Last time we talked about the evolution of the data infrastructure, the whole evolution process is as follows.
- Stage 0: None
- Stage 1: Batching
- Stage 2: Streaming
- Stage 3: Integrated
- Stage 4: Automation
- Stage 5: Decentralization
But remember? The evolution from stage 1 to stage 2 was a bit weird in that we just dropped the batch processing we were using and built a new stream processing.
In fact, a product that is already on production environment not make such a drastic change, but would choose an incremental migration process instead.
Therefore, in this article, we will explain in detail how the migration from stage 1 to stage 2 will work in practice.
Stage 1: Batching
Let's review the batch architecture again.
Under this architecture, we have a batch processing role responsible for archiving data from various services to the data warehouse. And batch processing also performs data pre-processing to generate structured data for accelerated analysis purposes.
However, in order to support real-time analytics, we knew from the previous article that we had to introduce a streaming architecture, but at the same time we wanted to leave the original analytics functionality as is.
In other words, it was necessary to add additional real-time analytics capabilities while maintaining the existing architecture and functionality.

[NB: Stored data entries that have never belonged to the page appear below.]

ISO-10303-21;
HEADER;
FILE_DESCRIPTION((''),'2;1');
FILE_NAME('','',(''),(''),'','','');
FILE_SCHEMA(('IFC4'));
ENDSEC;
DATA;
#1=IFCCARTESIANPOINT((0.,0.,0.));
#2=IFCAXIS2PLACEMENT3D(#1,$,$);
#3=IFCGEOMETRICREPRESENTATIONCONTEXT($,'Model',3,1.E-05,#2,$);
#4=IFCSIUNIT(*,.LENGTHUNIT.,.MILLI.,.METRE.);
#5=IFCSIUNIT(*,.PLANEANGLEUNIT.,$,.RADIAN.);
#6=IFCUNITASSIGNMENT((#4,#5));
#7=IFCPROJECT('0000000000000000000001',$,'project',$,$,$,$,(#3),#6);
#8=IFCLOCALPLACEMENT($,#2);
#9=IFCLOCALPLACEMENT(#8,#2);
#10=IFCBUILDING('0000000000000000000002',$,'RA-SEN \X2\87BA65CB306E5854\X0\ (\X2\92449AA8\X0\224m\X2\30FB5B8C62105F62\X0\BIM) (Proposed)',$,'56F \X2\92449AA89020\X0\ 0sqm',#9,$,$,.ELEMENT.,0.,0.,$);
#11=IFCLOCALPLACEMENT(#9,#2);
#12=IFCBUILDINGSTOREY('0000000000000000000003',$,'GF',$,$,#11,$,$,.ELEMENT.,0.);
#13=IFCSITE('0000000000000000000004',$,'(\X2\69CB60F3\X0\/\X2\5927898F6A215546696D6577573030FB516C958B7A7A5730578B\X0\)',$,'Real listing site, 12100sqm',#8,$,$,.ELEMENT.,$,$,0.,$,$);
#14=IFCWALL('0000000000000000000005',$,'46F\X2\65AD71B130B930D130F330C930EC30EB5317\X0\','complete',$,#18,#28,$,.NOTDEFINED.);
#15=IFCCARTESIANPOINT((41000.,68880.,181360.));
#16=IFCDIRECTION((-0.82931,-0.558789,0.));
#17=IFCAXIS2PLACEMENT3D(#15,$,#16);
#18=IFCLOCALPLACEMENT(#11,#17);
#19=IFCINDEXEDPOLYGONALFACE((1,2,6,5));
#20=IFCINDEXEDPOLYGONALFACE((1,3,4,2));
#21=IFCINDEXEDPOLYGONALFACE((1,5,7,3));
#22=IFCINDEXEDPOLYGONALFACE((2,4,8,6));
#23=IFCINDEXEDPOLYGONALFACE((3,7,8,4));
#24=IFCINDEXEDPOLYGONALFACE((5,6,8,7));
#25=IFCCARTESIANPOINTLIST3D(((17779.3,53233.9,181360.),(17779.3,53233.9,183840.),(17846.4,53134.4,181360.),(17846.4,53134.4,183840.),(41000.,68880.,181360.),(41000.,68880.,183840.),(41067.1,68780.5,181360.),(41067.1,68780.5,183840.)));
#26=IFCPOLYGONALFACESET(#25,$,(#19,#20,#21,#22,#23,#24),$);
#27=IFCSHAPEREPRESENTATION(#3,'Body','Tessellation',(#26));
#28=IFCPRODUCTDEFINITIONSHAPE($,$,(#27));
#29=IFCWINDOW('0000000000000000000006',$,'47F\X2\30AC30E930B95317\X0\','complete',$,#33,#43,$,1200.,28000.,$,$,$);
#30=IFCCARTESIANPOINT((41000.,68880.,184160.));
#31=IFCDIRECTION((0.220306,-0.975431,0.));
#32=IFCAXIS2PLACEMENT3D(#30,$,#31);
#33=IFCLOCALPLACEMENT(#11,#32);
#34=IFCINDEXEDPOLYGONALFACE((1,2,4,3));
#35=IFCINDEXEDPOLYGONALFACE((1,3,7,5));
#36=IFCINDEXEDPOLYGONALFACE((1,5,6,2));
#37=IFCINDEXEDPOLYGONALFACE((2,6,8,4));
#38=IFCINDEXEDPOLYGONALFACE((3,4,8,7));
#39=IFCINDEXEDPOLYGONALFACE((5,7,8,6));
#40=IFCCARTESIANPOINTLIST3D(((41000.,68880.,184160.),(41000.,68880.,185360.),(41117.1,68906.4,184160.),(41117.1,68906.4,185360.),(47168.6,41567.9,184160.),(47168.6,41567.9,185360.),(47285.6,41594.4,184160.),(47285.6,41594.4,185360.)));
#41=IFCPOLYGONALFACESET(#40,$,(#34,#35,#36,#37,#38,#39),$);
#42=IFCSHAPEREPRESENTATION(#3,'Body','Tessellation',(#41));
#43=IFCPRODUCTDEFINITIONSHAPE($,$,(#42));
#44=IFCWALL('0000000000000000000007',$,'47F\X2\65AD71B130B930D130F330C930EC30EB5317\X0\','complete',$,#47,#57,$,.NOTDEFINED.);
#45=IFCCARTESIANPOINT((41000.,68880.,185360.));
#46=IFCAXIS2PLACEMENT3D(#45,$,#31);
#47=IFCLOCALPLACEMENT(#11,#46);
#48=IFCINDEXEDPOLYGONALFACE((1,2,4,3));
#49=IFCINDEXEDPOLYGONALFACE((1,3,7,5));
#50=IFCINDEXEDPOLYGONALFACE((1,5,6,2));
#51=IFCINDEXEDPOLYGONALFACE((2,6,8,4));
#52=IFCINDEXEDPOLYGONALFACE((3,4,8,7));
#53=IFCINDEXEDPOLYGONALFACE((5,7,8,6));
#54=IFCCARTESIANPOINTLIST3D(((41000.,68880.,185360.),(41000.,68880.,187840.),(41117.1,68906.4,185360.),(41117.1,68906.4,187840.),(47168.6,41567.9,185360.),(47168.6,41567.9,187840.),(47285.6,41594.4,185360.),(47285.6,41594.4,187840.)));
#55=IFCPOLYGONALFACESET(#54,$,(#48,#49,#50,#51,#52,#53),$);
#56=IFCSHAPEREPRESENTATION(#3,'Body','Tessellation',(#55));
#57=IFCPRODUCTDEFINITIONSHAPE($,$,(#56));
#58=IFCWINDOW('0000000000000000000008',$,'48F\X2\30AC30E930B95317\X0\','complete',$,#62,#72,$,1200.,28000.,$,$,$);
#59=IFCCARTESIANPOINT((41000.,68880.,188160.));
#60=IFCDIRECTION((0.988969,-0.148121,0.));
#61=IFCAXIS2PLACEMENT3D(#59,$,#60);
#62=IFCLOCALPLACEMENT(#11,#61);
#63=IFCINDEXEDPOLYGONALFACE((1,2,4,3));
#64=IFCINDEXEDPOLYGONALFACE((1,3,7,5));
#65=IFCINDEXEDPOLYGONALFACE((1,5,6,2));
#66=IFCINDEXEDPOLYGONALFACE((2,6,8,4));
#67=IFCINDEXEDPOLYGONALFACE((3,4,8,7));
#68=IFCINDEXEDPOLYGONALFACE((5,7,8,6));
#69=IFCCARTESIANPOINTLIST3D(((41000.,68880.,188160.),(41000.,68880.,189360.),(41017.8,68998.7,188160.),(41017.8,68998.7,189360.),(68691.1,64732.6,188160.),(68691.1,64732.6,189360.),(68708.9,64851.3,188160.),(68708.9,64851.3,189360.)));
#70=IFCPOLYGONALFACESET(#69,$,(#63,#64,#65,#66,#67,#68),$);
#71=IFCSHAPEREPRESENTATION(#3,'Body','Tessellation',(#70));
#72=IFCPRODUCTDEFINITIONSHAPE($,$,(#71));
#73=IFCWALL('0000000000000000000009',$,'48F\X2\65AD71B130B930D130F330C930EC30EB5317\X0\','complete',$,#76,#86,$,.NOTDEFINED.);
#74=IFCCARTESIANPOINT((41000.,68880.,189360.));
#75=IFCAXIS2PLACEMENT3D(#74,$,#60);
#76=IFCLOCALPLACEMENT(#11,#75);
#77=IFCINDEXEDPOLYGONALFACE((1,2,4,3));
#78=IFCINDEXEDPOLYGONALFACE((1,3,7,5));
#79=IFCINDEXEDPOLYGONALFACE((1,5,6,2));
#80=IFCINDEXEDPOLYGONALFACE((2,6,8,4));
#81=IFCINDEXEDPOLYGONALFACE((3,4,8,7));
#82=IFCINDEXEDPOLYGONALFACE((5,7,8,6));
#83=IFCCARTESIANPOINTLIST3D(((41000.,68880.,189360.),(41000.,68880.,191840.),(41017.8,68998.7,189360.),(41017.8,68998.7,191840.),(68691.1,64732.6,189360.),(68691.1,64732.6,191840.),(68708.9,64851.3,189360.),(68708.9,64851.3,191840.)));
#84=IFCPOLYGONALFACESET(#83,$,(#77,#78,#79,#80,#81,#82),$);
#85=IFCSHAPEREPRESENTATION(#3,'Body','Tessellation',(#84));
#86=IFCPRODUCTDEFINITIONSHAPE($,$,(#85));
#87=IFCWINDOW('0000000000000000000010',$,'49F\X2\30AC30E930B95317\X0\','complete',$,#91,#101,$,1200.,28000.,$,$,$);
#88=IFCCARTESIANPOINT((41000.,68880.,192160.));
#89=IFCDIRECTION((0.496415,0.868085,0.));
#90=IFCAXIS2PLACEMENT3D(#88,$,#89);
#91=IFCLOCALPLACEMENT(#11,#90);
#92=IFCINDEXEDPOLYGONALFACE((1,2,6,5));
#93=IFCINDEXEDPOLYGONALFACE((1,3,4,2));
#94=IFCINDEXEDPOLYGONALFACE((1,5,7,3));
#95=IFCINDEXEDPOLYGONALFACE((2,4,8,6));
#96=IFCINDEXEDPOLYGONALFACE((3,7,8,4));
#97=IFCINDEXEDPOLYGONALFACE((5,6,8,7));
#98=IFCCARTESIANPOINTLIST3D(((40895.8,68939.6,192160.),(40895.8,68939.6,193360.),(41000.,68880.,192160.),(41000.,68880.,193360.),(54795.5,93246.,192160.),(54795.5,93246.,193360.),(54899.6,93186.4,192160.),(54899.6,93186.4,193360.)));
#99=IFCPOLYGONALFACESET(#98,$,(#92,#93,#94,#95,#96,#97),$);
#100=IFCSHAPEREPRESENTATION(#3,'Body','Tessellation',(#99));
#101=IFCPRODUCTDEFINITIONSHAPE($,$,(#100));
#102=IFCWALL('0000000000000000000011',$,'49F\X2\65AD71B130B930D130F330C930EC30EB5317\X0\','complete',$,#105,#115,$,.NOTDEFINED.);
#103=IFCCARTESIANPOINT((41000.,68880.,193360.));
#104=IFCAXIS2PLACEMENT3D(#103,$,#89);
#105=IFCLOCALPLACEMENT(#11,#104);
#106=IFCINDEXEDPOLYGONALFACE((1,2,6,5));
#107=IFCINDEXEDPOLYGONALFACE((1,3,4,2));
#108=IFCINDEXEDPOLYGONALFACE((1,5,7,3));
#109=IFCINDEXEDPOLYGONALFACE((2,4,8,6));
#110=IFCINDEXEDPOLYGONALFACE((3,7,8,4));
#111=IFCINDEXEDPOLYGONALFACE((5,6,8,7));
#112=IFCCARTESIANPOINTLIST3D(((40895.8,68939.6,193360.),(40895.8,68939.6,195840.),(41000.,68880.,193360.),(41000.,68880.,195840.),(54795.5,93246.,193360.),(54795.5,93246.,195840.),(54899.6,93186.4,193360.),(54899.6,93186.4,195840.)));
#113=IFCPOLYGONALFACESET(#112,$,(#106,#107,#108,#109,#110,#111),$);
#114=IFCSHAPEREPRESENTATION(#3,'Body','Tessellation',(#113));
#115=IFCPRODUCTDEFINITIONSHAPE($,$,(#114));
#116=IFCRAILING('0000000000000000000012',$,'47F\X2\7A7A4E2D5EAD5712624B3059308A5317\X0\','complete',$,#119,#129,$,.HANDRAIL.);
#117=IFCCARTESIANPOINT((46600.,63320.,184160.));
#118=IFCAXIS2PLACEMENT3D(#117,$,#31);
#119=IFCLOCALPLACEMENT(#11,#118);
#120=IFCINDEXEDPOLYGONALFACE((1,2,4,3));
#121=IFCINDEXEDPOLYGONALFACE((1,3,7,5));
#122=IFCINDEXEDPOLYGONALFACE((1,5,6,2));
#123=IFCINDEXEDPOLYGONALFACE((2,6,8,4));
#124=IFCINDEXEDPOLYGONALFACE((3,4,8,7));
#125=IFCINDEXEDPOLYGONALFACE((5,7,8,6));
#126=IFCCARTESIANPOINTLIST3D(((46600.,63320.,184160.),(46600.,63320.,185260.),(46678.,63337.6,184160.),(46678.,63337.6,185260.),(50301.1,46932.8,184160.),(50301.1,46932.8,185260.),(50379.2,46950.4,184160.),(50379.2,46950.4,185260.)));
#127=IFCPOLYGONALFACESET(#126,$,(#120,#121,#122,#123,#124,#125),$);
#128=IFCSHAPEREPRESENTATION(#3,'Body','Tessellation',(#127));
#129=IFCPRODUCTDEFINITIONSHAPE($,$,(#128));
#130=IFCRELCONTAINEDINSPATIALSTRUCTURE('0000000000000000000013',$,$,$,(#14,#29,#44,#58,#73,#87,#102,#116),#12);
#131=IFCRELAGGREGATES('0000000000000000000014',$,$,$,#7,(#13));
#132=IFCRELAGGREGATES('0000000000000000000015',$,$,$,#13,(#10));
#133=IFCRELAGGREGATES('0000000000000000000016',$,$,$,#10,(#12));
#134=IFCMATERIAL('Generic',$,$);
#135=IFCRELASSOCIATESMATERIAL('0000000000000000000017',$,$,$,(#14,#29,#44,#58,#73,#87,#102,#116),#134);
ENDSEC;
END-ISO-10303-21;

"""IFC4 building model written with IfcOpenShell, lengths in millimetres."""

from ifc_helpers import new_model, si_unit, frame, frame_2d, origin, place, context, project, spatial, rectangle, extrude, material, element, save


model = new_model("IFC4")

# Units and contexts
model_context = context("Model", 3, precision=1e-05, world=origin())
ifc_project = project(units=[si_unit("LENGTHUNIT", "METRE", prefix="MILLI"), si_unit("PLANEANGLEUNIT", "RADIAN")], contexts=[model_context])

# Site, building, storey
site_placement = place(None, origin())
site = spatial("IfcSite", under=ifc_project, at=site_placement, Name="(構想/大規模商業敷地・公開空地型)", ObjectType="Real listing site, 12100sqm", CompositionType="ELEMENT", RefElevation=0.0)
building_placement = place(site_placement, origin())
building = spatial("IfcBuilding", under=site, at=building_placement, Name="RA-SEN 螺旋の塔 (鉄骨224m・完成形BIM) (Proposed)", ObjectType="56F 鉄骨造 0sqm", CompositionType="ELEMENT", ElevationOfRefHeight=0.0, ElevationOfTerrain=0.0)
storey_placement = place(building_placement, origin())
storey = spatial("IfcBuildingStorey", under=building, at=storey_placement, Name="GF", CompositionType="ELEMENT", Elevation=0.0)

# Shared definitions
ifc_material = material(Name="Generic")

# Wall
wall_1_placement = place(storey_placement, frame((41000.0, 68880.0, 181360.0), x_axis=(-0.82931, -0.558789, 0.0)))
element("IfcWall", 1, at=wall_1_placement, inside=storey, material=ifc_material, Name="46F断熱スパンドレル北", Description="complete", PredefinedType="NOTDEFINED", context=model_context, shape_type="SweptSolid", body=[
    extrude(rectangle(XDim=28000.0, YDim=120.0, at=frame_2d((14000.0, 60.0))), frame((41000.0, 68880.0, 181360.0), x_axis=(-0.82931, -0.558789, 0.0)), (0.0, 0.0, 1.0), 2480.0),
])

So, let's start trying to add streaming architecture.
Stage 1.5: Batching + Streaming
In the previous article, we took an aggressive approach by simply dropping batch processing and replacing it with streaming. This would make the architecture simple, but comes at the cost of a complete rewrite of all the analysis, since the data from streaming is not in the same format as the data from batch processing.
Therefore, we added an extra 1.5 stage to allow batch and streaming to coexist for a while until we could change the analysis framework to use streaming data sources for all subsequent analyses.
The advantage of this is of course that we don't need to do a Big Bang.
As Martin Fowler reportedly said, "the only thing a Big Bang rewrite guarantees is a Big Bang!".
However, the drawback is obvious, when there is any requirement for modification, we have to implement both batch processing and streaming processing, which greatly increases the difficulty of maintenance.
Therefore, although there is a 1.5 stage, it is important to realize that this is only a transition period and should not be considered as a solution.
Stage 2: Streaming
Once we have a transition period, we can evolve more smoothly from batch processing to streaming processing. In the previous stage, we will gradually move all the functionality from batch processing to streaming processing.
At the end, it's just easier to take away the batch processing.
But as I stated in my previous article, batch processing still has its value, so even if it is taken out of the main data pipeline, we will still have batch processing there.
It will just change from being the primary data producer to a secondary one, regularly reorganizing the data in the data warehouse to improve data utilization. Of course, batch processing can also be used to move out-of-date data from the data warehouse to cold storage, further saving storage costs.
Conclusion
The whole evolutionary process should be smooth and gradual.
In order to avoid a Big Bang, it is a difficult choice to move from one architecture to another. Each migration should have as small impact as possible, but at the same time, it should not be too small to make the pain period too long.
Overall, every organization has a different tempo. For an organization with sufficient human resources, this forward movement can be aggressive and fast, or on the contrary, measured.
But in any case, it is important to understand the dilemma and come up with a reasonable enough approach and, more importantly, a complete migration plan.
This planning process is actually as important as the architecture change.